Go through the lines below and tally each one holding "IfcWall". Write only the total.

→ **Provided data**
* * * * * * *

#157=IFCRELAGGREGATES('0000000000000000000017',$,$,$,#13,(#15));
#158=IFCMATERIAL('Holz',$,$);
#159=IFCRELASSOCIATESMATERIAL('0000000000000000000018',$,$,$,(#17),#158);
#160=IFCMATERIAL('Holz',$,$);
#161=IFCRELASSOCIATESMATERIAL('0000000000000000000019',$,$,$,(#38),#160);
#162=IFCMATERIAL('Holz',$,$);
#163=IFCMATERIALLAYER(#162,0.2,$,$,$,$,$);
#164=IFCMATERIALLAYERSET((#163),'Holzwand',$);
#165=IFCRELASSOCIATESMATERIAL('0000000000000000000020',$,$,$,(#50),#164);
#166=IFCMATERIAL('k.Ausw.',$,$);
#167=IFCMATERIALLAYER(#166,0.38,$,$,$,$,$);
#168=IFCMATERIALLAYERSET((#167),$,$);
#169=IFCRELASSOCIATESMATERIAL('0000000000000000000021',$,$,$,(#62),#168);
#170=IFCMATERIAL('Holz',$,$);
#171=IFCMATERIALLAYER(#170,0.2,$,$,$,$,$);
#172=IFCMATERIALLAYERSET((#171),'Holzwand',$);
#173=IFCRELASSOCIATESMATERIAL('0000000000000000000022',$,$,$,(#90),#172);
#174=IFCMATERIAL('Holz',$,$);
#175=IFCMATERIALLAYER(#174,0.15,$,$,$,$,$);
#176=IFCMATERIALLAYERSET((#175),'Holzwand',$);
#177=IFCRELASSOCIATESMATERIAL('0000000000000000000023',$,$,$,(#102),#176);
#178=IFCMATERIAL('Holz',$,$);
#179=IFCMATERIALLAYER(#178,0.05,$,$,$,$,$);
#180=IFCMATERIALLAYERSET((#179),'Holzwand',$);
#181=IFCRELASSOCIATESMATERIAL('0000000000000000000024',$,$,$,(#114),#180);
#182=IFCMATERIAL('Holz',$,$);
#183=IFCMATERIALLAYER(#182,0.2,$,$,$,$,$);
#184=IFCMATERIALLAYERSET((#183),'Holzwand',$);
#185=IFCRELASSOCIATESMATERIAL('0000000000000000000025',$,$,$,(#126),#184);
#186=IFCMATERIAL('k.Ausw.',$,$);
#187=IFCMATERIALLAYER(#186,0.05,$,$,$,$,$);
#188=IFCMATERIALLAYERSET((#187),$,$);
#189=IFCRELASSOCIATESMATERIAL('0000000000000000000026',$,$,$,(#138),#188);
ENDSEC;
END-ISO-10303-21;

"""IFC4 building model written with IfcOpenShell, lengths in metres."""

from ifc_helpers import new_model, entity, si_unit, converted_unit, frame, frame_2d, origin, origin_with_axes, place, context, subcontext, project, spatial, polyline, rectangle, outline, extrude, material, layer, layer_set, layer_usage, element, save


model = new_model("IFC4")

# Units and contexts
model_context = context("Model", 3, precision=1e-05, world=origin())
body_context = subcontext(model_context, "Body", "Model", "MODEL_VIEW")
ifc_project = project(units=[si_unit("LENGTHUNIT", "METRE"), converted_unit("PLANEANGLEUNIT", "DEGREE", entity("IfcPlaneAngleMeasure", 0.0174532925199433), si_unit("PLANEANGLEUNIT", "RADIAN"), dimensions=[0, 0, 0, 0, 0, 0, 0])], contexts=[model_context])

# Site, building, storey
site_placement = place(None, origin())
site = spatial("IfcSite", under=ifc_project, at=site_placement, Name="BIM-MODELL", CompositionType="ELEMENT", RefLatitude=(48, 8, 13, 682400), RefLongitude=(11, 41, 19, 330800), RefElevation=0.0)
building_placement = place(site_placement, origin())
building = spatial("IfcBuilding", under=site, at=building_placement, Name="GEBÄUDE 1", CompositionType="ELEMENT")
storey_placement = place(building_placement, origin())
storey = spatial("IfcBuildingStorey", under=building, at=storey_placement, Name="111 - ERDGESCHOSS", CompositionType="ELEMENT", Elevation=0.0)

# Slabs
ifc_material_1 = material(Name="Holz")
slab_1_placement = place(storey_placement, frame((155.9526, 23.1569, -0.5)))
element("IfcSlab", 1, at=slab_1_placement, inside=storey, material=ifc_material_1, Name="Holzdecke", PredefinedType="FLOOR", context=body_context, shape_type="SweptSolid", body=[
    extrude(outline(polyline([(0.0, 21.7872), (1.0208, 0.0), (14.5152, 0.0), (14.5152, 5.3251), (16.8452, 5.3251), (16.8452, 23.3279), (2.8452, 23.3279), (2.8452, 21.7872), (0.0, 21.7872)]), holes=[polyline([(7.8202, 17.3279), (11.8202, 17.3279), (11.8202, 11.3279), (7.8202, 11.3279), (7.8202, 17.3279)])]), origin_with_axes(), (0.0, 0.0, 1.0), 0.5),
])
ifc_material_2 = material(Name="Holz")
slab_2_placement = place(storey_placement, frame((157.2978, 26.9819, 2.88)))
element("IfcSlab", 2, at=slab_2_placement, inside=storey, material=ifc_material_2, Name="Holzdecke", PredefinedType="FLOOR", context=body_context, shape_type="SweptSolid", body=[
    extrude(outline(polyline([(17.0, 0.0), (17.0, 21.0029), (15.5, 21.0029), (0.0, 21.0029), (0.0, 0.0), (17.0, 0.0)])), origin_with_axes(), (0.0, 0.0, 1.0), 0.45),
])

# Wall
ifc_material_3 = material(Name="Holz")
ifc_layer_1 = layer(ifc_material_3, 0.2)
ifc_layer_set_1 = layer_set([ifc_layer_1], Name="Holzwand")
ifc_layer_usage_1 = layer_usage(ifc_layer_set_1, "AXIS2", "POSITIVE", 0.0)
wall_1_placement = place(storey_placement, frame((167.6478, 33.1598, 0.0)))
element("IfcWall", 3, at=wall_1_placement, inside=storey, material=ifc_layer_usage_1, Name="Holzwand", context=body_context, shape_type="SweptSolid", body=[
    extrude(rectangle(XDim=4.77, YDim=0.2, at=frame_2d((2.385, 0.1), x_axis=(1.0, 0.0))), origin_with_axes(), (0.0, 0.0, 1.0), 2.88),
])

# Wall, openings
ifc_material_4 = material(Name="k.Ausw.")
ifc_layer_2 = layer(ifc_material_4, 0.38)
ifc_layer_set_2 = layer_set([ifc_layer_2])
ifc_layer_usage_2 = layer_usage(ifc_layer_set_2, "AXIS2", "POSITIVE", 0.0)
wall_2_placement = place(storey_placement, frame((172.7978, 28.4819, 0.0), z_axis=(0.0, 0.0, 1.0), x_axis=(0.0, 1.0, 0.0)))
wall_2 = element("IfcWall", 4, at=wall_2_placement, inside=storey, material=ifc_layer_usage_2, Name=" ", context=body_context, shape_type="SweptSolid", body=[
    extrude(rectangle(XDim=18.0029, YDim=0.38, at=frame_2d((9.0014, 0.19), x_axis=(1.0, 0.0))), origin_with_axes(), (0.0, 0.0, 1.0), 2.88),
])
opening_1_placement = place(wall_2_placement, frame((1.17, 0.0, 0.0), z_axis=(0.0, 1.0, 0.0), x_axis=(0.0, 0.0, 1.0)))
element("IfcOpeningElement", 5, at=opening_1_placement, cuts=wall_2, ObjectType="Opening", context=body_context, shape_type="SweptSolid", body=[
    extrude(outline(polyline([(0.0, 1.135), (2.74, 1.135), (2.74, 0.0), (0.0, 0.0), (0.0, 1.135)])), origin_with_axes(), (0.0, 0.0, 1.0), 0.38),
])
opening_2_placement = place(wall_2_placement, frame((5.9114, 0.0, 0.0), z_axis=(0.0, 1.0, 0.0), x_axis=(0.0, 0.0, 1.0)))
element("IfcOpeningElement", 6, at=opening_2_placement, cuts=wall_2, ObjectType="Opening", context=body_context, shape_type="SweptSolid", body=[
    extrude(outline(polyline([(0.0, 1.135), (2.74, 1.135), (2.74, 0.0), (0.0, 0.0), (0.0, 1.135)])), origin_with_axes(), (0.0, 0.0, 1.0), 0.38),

* * * * * * *

→ **Result**
2